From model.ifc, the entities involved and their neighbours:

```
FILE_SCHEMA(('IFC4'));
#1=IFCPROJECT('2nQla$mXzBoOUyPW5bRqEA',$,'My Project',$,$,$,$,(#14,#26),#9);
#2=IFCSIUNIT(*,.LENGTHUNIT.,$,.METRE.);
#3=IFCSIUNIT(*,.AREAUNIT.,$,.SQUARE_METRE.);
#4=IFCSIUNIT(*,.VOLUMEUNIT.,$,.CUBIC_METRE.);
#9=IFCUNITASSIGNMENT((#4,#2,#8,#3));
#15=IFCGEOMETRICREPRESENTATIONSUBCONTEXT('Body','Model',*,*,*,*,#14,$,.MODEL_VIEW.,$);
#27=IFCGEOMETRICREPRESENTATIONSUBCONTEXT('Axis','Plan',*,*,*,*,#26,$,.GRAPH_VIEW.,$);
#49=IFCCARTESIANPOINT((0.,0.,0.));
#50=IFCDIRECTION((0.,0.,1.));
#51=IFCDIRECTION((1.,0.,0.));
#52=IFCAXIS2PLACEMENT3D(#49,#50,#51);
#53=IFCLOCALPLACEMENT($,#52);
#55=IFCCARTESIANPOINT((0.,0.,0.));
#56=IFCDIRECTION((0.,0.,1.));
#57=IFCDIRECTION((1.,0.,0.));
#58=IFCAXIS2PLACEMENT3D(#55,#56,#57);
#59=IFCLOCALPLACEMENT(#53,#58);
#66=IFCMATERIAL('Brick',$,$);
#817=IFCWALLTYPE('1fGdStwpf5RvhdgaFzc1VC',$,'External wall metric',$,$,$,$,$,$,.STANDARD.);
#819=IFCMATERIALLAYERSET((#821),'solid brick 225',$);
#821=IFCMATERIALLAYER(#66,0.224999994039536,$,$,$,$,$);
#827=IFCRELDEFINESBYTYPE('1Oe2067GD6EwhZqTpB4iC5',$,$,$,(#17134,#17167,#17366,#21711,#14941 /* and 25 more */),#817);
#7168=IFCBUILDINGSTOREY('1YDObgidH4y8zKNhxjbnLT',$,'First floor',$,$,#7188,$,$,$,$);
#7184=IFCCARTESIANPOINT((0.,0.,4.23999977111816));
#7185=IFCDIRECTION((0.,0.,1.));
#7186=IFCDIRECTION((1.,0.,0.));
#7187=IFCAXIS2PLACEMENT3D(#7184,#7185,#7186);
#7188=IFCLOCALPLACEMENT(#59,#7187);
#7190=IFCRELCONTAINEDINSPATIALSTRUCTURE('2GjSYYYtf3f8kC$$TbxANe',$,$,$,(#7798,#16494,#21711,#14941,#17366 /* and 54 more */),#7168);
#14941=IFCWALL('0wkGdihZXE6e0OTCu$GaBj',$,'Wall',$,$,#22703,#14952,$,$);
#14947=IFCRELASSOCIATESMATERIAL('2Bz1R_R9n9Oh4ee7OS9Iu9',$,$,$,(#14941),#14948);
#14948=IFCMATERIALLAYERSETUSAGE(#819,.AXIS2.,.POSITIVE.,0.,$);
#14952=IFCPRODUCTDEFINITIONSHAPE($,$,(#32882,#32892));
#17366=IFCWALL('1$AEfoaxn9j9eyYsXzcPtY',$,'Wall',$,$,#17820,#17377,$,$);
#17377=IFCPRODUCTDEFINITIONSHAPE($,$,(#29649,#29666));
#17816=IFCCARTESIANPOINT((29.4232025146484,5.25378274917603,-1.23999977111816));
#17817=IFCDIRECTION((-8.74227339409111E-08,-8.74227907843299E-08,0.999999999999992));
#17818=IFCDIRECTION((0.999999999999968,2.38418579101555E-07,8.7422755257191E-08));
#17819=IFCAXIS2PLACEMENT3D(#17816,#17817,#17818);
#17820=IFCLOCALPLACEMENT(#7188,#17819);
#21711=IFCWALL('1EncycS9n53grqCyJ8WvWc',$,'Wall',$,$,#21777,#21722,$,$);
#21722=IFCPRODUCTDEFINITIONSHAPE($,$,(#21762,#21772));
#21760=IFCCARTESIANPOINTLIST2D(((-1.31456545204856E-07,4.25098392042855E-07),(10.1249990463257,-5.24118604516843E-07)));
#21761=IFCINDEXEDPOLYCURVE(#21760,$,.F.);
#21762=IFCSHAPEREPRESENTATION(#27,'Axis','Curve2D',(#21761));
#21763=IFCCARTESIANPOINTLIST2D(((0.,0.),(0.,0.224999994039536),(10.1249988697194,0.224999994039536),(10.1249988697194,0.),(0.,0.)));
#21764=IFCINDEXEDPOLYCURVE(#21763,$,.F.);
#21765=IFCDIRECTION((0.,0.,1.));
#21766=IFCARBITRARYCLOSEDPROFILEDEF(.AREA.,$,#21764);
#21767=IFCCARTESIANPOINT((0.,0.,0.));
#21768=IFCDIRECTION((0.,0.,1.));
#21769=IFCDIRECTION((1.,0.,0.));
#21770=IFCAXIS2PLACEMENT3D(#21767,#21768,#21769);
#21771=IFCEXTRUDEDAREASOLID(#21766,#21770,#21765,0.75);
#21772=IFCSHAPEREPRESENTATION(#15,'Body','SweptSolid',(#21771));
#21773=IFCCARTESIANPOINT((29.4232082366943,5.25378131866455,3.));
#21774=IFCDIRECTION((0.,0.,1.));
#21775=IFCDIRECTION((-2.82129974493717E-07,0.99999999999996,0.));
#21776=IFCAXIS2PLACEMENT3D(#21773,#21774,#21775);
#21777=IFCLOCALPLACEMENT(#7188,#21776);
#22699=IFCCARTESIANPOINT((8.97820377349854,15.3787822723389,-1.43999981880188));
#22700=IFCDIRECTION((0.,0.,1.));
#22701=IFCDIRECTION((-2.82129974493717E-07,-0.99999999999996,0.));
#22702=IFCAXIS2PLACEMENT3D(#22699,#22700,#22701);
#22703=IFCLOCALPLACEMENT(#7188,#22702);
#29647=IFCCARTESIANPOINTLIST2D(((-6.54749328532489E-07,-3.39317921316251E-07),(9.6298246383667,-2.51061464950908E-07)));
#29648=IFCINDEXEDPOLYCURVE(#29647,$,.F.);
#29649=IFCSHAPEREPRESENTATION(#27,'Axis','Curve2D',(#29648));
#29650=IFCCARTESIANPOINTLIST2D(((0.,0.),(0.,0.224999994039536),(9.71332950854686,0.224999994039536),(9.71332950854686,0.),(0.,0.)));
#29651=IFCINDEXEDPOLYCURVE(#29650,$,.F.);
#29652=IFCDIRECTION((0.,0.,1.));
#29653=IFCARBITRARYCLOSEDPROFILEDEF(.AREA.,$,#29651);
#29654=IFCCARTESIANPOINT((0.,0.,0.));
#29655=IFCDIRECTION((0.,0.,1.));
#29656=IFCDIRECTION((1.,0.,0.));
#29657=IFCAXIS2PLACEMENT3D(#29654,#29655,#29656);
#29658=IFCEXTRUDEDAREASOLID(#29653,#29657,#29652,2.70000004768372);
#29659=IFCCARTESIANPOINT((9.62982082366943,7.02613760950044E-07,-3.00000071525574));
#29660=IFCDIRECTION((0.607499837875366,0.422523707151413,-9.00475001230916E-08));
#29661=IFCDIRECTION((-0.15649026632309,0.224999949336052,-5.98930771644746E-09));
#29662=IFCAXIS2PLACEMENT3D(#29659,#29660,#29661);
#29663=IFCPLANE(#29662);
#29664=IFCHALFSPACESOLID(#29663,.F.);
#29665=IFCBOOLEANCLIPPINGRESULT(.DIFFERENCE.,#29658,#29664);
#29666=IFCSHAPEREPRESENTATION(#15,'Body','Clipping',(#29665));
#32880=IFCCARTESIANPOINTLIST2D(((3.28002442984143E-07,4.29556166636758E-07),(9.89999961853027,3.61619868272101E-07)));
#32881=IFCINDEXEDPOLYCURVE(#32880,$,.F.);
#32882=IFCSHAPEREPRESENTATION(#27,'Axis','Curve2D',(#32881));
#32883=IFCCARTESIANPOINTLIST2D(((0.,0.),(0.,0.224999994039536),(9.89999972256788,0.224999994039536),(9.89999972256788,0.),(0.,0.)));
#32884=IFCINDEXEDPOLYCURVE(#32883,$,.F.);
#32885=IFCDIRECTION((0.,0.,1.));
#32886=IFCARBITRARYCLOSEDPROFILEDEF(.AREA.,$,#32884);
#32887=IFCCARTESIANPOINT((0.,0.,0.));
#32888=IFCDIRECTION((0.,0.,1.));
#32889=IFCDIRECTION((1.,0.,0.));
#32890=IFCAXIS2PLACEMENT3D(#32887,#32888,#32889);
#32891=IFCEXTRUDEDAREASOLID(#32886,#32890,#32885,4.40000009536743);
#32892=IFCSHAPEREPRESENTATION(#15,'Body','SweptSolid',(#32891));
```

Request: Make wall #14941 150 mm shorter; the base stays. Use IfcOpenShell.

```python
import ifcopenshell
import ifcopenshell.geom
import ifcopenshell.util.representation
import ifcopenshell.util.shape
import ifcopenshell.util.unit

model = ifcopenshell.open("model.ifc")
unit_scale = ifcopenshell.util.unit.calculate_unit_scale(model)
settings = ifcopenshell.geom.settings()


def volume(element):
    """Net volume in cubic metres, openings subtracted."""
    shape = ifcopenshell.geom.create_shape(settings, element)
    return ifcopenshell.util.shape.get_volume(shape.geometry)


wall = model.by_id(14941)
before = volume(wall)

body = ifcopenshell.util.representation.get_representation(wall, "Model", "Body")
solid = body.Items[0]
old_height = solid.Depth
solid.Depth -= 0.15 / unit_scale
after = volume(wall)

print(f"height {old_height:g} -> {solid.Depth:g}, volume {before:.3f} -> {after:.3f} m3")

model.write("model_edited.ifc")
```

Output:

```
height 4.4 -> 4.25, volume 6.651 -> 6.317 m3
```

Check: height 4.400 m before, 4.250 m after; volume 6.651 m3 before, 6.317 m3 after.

__Work to complete__
Please report all lines in the entries where "IFCSIUNIT" appears.

__Completed task__
#2=IFCSIUNIT(*,.LENGTHUNIT.,$,.METRE.);
#3=IFCSIUNIT(*,.AREAUNIT.,$,.SQUARE_METRE.);
#4=IFCSIUNIT(*,.VOLUMEUNIT.,$,.CUBIC_METRE.);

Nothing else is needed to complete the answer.